─── EXTRACTED MATERIAL ───

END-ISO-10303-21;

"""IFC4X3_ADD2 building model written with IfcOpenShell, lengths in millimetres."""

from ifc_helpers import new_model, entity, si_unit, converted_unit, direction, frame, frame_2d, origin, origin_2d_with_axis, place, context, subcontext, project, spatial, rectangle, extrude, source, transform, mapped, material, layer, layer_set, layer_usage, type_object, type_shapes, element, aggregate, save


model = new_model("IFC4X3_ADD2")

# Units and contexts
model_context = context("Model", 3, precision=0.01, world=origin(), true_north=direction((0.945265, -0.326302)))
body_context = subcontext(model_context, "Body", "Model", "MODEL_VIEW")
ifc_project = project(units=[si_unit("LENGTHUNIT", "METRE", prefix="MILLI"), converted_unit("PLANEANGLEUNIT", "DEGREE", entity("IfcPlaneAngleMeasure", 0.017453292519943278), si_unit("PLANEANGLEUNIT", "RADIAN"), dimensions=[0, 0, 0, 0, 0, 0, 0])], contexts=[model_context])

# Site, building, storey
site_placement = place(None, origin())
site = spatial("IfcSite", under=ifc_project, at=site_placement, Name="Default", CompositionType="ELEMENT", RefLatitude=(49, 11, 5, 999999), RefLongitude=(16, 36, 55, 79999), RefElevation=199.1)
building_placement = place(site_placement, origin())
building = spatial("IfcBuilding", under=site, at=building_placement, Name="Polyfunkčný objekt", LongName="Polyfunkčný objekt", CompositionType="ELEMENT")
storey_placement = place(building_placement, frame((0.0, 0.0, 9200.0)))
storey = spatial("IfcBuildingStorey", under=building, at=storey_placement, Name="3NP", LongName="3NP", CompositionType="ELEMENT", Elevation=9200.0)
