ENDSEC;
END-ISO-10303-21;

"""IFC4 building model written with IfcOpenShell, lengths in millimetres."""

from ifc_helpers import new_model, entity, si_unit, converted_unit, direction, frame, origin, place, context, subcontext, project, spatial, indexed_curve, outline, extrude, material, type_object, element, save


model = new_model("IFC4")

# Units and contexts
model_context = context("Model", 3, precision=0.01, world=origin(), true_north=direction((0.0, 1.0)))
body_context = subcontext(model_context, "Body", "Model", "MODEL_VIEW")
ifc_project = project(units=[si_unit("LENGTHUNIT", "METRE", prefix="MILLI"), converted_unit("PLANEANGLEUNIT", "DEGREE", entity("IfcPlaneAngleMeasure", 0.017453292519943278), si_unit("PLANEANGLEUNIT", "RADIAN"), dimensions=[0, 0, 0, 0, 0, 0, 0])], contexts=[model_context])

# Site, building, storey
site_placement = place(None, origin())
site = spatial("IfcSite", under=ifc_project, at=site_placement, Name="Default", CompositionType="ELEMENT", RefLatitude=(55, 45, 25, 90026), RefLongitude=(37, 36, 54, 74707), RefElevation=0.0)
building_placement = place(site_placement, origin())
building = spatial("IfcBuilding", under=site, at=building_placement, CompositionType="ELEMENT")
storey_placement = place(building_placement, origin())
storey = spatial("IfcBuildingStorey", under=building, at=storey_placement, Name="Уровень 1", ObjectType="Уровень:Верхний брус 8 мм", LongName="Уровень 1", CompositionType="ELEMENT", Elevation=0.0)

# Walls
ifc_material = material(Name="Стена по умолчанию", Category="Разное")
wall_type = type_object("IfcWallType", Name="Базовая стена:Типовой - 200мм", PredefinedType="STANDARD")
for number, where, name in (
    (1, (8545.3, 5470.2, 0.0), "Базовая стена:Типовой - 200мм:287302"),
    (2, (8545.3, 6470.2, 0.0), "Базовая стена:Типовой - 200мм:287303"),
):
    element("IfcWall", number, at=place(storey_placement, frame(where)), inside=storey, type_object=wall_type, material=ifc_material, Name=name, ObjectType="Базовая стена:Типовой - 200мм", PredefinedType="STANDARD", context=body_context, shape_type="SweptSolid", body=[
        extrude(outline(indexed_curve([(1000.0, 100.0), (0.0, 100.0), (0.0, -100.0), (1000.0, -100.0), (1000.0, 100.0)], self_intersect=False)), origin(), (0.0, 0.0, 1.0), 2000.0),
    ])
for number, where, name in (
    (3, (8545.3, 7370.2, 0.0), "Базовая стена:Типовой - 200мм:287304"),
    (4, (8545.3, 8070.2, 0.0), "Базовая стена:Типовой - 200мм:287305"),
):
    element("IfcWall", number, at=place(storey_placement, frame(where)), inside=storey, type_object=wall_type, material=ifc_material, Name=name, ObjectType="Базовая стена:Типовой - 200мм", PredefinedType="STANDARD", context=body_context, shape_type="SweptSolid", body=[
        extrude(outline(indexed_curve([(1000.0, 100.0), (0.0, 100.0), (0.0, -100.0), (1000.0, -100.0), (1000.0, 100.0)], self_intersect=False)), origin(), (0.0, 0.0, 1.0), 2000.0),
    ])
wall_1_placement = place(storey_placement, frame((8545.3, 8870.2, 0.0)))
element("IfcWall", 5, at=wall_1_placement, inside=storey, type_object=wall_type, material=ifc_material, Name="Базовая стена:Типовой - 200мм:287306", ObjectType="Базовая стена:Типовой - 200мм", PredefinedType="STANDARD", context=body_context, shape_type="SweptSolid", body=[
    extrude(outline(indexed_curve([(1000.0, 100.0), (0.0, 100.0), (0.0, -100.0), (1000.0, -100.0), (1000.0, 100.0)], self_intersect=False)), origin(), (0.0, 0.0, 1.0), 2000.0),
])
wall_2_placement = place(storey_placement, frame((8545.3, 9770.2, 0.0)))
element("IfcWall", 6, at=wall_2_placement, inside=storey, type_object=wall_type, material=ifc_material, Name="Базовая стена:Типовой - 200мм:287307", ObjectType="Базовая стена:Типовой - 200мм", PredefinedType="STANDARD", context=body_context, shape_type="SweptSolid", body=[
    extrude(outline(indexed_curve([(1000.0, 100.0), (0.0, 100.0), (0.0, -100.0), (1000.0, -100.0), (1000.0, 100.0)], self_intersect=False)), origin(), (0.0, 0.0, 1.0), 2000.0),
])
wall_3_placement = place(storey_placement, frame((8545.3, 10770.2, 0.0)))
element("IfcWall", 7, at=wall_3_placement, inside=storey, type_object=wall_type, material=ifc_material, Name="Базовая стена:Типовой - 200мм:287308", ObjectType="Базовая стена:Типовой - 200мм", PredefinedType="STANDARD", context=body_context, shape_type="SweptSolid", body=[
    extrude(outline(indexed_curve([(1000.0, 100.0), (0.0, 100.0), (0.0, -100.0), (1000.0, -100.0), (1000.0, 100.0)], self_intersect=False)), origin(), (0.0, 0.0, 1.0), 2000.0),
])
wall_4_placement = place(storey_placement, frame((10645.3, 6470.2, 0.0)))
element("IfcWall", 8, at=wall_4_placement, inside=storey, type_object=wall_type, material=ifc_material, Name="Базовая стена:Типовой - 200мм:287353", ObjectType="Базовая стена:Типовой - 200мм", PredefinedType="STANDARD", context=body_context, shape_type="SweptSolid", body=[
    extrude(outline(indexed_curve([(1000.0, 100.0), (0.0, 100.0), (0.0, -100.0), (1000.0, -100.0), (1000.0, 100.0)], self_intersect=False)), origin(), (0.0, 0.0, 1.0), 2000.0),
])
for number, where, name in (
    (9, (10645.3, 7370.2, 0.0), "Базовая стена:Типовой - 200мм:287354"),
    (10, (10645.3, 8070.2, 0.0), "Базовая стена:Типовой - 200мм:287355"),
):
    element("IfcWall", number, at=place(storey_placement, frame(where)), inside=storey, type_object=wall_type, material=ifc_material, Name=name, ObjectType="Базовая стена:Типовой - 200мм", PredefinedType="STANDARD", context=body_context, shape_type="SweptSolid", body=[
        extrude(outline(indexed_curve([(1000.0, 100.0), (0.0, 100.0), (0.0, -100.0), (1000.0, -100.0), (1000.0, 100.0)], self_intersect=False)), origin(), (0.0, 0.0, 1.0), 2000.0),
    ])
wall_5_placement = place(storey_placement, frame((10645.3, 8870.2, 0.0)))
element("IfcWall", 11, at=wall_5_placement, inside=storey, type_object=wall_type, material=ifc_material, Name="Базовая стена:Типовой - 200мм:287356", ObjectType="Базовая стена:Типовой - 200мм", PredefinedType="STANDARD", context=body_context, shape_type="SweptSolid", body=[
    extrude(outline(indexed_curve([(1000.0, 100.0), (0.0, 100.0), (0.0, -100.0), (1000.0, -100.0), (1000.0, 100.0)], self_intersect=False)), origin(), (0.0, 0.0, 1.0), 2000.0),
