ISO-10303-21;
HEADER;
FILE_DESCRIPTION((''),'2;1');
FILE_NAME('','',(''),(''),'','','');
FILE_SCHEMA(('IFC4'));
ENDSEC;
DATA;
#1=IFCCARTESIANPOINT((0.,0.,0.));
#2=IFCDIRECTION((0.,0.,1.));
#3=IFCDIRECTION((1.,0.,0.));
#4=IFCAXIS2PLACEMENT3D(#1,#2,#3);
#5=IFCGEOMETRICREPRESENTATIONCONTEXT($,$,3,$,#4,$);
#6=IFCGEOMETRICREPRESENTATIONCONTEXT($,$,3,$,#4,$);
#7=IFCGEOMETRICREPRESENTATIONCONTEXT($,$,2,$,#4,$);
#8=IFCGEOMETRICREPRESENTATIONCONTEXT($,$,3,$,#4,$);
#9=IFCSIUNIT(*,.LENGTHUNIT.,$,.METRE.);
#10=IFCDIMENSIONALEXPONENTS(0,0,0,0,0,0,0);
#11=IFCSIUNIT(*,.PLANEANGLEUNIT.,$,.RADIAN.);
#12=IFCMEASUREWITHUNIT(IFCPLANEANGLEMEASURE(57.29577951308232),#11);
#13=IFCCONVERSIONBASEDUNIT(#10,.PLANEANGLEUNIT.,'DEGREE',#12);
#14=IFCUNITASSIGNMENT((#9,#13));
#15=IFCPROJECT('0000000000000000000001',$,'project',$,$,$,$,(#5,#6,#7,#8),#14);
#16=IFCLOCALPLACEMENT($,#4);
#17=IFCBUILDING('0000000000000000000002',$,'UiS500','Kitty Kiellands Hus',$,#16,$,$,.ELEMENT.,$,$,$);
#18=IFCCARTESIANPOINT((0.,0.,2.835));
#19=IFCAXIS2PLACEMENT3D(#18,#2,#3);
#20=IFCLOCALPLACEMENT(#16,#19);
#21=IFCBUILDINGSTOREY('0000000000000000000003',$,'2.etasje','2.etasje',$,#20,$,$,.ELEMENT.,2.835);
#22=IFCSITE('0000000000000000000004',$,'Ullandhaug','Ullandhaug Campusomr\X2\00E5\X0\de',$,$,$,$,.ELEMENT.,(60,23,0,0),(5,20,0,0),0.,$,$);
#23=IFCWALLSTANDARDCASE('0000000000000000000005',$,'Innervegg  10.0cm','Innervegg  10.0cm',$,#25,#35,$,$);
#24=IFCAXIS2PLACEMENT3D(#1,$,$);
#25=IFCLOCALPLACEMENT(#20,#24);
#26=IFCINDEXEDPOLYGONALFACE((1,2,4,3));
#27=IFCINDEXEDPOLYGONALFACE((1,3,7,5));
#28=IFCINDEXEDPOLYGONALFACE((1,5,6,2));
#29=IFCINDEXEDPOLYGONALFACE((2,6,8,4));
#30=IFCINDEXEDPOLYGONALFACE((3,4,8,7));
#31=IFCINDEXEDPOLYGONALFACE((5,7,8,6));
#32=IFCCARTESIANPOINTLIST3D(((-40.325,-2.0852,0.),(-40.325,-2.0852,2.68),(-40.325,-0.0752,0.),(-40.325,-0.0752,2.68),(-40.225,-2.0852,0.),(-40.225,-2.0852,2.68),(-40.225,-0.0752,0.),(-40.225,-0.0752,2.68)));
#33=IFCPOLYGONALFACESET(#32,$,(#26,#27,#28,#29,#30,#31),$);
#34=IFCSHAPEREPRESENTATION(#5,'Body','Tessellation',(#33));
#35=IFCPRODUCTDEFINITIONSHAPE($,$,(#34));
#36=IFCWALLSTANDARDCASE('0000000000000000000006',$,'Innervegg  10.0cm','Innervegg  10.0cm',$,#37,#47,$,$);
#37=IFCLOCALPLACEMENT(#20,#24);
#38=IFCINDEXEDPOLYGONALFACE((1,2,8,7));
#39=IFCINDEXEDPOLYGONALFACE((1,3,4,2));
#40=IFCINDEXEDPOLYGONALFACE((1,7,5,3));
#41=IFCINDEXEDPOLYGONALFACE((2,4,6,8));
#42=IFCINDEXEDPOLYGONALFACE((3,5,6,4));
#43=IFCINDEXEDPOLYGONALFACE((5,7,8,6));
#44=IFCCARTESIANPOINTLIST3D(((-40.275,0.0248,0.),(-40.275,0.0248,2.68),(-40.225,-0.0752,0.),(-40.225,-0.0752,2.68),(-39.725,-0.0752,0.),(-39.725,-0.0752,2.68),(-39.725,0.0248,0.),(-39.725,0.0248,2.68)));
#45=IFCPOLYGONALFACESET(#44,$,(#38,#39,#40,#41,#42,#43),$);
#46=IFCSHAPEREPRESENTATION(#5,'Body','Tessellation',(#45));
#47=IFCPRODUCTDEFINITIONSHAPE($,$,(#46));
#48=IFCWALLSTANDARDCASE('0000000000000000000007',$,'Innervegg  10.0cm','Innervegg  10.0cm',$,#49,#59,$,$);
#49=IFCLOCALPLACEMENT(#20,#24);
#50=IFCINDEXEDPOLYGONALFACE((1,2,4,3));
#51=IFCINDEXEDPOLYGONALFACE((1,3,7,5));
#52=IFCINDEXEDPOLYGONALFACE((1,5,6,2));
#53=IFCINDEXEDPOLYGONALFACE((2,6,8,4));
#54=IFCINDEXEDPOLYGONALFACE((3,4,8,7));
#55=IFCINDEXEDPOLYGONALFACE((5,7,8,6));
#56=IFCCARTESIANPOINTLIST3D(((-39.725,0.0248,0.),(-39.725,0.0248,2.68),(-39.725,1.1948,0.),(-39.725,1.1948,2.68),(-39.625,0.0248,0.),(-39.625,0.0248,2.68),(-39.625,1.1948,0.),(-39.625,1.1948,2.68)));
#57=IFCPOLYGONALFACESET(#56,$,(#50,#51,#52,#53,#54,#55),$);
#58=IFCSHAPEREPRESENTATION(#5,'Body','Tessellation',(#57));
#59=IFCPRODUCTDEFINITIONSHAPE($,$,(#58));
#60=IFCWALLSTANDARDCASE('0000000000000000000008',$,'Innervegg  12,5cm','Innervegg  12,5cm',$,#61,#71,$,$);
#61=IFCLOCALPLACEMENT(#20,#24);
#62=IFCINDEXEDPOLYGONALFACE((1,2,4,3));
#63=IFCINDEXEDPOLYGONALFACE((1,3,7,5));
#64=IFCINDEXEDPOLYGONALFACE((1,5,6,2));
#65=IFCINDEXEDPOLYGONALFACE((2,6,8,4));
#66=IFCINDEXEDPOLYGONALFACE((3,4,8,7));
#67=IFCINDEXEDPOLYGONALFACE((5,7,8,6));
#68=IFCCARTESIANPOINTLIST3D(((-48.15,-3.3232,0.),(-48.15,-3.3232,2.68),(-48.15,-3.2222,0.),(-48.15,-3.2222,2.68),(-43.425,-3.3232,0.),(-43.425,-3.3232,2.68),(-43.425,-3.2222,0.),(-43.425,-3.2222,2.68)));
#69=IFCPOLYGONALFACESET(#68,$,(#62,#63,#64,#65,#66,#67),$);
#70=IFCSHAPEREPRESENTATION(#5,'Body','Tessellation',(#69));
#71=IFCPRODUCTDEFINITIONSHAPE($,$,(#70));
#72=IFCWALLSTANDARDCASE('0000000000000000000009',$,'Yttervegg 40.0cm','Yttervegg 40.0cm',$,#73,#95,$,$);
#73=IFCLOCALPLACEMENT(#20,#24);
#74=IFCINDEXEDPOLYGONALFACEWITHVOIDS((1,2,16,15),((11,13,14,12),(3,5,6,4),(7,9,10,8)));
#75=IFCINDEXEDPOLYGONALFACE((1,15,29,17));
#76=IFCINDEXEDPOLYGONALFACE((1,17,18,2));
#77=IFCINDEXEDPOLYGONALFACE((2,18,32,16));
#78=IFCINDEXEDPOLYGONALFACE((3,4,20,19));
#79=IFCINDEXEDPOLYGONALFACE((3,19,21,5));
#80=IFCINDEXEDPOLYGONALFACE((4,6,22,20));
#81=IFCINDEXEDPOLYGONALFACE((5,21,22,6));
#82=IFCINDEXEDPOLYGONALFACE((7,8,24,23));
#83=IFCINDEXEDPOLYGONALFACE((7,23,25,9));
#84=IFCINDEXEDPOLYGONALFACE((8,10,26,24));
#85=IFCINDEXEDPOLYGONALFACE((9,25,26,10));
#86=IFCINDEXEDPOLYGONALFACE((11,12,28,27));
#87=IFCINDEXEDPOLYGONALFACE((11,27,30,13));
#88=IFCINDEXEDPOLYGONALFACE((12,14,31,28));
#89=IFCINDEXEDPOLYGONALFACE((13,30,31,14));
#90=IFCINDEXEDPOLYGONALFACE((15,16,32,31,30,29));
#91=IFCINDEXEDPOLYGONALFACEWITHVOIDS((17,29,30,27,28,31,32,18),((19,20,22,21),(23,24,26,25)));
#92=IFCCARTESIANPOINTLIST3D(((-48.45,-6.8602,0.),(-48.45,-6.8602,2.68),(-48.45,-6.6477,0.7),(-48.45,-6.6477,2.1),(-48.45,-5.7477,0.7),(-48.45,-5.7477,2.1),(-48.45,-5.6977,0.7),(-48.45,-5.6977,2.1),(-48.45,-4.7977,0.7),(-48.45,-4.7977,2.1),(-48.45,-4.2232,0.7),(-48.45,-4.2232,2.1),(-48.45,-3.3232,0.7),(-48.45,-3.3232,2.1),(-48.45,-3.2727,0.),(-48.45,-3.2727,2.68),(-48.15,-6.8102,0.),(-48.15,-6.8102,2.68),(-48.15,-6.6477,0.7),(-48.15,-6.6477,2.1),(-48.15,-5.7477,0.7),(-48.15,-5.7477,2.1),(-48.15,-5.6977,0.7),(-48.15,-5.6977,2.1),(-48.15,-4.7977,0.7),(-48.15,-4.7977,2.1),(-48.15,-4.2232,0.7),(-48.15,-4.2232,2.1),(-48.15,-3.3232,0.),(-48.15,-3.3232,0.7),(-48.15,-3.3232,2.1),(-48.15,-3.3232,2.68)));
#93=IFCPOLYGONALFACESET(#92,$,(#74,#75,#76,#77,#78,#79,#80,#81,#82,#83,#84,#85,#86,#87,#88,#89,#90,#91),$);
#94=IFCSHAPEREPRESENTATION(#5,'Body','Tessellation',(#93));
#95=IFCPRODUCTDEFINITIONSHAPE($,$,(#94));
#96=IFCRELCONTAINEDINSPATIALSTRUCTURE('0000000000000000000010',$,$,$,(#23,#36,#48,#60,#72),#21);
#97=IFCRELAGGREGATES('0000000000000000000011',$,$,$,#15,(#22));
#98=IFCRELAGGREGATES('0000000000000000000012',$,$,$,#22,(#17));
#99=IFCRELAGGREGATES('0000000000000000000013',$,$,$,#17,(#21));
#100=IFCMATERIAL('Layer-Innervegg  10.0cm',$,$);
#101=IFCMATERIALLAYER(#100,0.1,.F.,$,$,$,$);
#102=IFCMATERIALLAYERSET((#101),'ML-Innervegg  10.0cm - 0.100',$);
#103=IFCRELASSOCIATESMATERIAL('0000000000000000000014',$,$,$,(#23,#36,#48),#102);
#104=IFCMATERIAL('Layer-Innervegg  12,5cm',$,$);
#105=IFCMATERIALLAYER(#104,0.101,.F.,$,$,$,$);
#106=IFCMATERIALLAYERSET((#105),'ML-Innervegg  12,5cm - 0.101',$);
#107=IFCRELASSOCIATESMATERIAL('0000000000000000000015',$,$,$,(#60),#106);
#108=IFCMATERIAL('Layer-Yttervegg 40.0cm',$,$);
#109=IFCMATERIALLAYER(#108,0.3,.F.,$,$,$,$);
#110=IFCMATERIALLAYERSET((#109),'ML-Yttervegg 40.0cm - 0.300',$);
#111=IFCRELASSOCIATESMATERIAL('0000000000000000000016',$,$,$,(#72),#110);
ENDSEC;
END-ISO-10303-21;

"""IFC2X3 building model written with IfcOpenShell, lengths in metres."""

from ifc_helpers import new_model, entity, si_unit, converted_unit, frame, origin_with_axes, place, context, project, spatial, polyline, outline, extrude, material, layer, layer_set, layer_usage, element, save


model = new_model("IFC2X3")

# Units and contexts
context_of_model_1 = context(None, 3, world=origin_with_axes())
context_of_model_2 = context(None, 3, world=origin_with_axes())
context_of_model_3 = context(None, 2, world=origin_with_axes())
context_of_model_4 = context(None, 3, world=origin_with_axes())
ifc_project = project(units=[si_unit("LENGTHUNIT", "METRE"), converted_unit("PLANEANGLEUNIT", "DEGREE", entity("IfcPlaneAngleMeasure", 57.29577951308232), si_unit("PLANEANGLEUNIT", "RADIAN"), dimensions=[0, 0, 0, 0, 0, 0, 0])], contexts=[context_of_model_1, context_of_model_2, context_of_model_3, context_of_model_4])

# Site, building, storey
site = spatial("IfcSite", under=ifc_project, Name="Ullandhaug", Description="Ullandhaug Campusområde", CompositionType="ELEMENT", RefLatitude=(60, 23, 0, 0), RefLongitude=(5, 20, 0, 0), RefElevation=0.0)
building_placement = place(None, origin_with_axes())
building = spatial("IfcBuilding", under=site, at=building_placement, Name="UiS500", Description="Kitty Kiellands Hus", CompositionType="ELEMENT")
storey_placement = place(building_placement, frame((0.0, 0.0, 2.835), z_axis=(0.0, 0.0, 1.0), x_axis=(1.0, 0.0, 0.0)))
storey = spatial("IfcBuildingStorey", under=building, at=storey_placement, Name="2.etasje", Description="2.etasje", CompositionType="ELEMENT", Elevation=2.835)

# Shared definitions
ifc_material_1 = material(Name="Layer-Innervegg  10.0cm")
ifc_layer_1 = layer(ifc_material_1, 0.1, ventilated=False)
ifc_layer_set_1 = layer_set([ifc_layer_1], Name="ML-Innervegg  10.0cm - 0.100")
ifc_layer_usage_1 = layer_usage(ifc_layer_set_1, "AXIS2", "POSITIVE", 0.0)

───
─── EXTRACTED MATERIAL ───

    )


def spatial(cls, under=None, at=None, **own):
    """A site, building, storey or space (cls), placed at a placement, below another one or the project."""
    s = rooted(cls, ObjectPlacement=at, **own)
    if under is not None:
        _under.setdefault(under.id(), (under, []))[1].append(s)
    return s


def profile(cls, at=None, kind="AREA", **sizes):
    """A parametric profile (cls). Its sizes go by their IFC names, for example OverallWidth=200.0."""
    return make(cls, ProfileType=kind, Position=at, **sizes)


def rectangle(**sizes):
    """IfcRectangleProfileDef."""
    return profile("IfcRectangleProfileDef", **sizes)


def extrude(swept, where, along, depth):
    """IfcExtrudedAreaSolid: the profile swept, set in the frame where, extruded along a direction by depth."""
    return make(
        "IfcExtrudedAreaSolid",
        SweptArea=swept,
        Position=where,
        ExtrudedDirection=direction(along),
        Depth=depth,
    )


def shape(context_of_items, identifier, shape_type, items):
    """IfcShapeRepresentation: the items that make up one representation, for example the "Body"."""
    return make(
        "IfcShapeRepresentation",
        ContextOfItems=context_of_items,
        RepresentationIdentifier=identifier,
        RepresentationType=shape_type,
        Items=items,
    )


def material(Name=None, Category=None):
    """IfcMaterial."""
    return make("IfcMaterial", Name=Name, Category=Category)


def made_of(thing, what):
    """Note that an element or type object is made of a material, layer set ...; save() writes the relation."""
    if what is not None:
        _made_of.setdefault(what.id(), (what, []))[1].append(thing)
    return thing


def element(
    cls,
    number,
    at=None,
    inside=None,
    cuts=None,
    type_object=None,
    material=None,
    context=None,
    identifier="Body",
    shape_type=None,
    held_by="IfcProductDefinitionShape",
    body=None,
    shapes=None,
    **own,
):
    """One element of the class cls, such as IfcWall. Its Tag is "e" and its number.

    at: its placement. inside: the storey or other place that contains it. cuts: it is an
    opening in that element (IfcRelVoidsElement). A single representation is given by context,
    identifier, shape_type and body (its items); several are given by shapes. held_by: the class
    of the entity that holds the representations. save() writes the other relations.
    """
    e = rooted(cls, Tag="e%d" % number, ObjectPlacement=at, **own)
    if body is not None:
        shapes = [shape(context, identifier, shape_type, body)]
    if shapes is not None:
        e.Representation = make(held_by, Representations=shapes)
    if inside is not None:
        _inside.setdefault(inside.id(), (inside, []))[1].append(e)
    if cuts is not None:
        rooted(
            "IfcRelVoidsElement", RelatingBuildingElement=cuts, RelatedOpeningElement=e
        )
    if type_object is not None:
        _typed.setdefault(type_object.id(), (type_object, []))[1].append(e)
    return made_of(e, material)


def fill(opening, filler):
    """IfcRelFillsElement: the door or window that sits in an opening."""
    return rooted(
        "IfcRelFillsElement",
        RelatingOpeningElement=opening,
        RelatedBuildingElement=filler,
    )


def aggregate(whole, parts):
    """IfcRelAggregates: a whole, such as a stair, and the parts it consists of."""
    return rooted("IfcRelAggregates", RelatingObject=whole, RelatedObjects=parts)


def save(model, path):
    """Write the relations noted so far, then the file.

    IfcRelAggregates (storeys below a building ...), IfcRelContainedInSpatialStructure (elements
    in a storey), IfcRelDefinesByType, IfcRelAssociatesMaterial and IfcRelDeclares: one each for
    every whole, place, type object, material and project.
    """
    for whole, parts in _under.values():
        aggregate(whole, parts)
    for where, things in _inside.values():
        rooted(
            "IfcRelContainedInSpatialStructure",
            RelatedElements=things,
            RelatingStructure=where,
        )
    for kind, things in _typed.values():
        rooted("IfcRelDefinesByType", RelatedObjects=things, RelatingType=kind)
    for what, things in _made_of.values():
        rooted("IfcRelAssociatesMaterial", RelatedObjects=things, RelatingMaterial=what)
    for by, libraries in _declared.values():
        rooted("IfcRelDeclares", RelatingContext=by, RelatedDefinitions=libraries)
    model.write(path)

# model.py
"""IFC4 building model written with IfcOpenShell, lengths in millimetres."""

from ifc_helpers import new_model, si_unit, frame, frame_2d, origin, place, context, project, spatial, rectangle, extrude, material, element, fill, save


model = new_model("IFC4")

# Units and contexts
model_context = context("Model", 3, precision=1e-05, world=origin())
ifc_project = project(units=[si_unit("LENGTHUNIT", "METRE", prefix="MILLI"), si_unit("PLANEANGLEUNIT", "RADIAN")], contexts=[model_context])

───

- **EXERCISE**
What lines of the material contain "below"? Show them.

- **REPLY TO THE TASK**
    """A site, building, storey or space (cls), placed at a placement, below another one or the project."""
    IfcRelAggregates (storeys below a building ...), IfcRelContainedInSpatialStructure (elements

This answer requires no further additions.